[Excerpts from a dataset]
Content starts
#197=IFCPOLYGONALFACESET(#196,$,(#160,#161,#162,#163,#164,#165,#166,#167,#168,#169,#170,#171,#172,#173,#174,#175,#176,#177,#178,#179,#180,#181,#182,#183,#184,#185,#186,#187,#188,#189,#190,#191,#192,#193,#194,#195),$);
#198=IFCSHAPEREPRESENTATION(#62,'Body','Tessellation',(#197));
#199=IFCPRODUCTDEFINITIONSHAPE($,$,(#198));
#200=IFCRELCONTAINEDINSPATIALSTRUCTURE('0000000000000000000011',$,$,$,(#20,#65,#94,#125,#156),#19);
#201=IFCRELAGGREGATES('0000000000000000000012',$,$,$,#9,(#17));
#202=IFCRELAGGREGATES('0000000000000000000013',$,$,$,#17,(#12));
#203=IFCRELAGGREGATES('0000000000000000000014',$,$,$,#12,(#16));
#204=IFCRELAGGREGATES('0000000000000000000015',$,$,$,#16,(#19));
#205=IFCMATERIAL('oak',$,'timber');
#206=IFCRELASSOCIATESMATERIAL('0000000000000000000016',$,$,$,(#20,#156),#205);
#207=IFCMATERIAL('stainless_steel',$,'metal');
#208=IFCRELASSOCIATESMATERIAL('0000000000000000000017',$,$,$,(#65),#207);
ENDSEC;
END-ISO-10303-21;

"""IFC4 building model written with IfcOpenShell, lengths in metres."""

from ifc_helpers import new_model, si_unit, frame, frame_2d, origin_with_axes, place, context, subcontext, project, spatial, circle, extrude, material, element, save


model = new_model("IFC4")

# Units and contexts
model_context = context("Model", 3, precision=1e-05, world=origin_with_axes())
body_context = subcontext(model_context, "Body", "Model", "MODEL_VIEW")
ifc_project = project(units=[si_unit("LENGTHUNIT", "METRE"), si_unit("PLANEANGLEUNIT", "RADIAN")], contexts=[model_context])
Content ends
▶ **Problem statement**:
Each line of the data should be reproduced exactly as it appears.

▶ **Result for this exercise**:
#197=IFCPOLYGONALFACESET(#196,$,(#160,#161,#162,#163,#164,#165,#166,#167,#168,#169,#170,#171,#172,#173,#174,#175,#176,#177,#178,#179,#180,#181,#182,#183,#184,#185,#186,#187,#188,#189,#190,#191,#192,#193,#194,#195),$);
#198=IFCSHAPEREPRESENTATION(#62,'Body','Tessellation',(#197));
#199=IFCPRODUCTDEFINITIONSHAPE($,$,(#198));
#200=IFCRELCONTAINEDINSPATIALSTRUCTURE('0000000000000000000011',$,$,$,(#20,#65,#94,#125,#156),#19);
#201=IFCRELAGGREGATES('0000000000000000000012',$,$,$,#9,(#17));
#202=IFCRELAGGREGATES('0000000000000000000013',$,$,$,#17,(#12));
#203=IFCRELAGGREGATES('0000000000000000000014',$,$,$,#12,(#16));
#204=IFCRELAGGREGATES('0000000000000000000015',$,$,$,#16,(#19));
#205=IFCMATERIAL('oak',$,'timber');
#206=IFCRELASSOCIATESMATERIAL('0000000000000000000016',$,$,$,(#20,#156),#205);
#207=IFCMATERIAL('stainless_steel',$,'metal');
#208=IFCRELASSOCIATESMATERIAL('0000000000000000000017',$,$,$,(#65),#207);
ENDSEC;
END-ISO-10303-21;

"""IFC4 building model written with IfcOpenShell, lengths in metres."""

from ifc_helpers import new_model, si_unit, frame, frame_2d, origin_with_axes, place, context, subcontext, project, spatial, circle, extrude, material, element, save


model = new_model("IFC4")

# Units and contexts
model_context = context("Model", 3, precision=1e-05, world=origin_with_axes())
body_context = subcontext(model_context, "Body", "Model", "MODEL_VIEW")
ifc_project = project(units=[si_unit("LENGTHUNIT", "METRE"), si_unit("PLANEANGLEUNIT", "RADIAN")], contexts=[model_context])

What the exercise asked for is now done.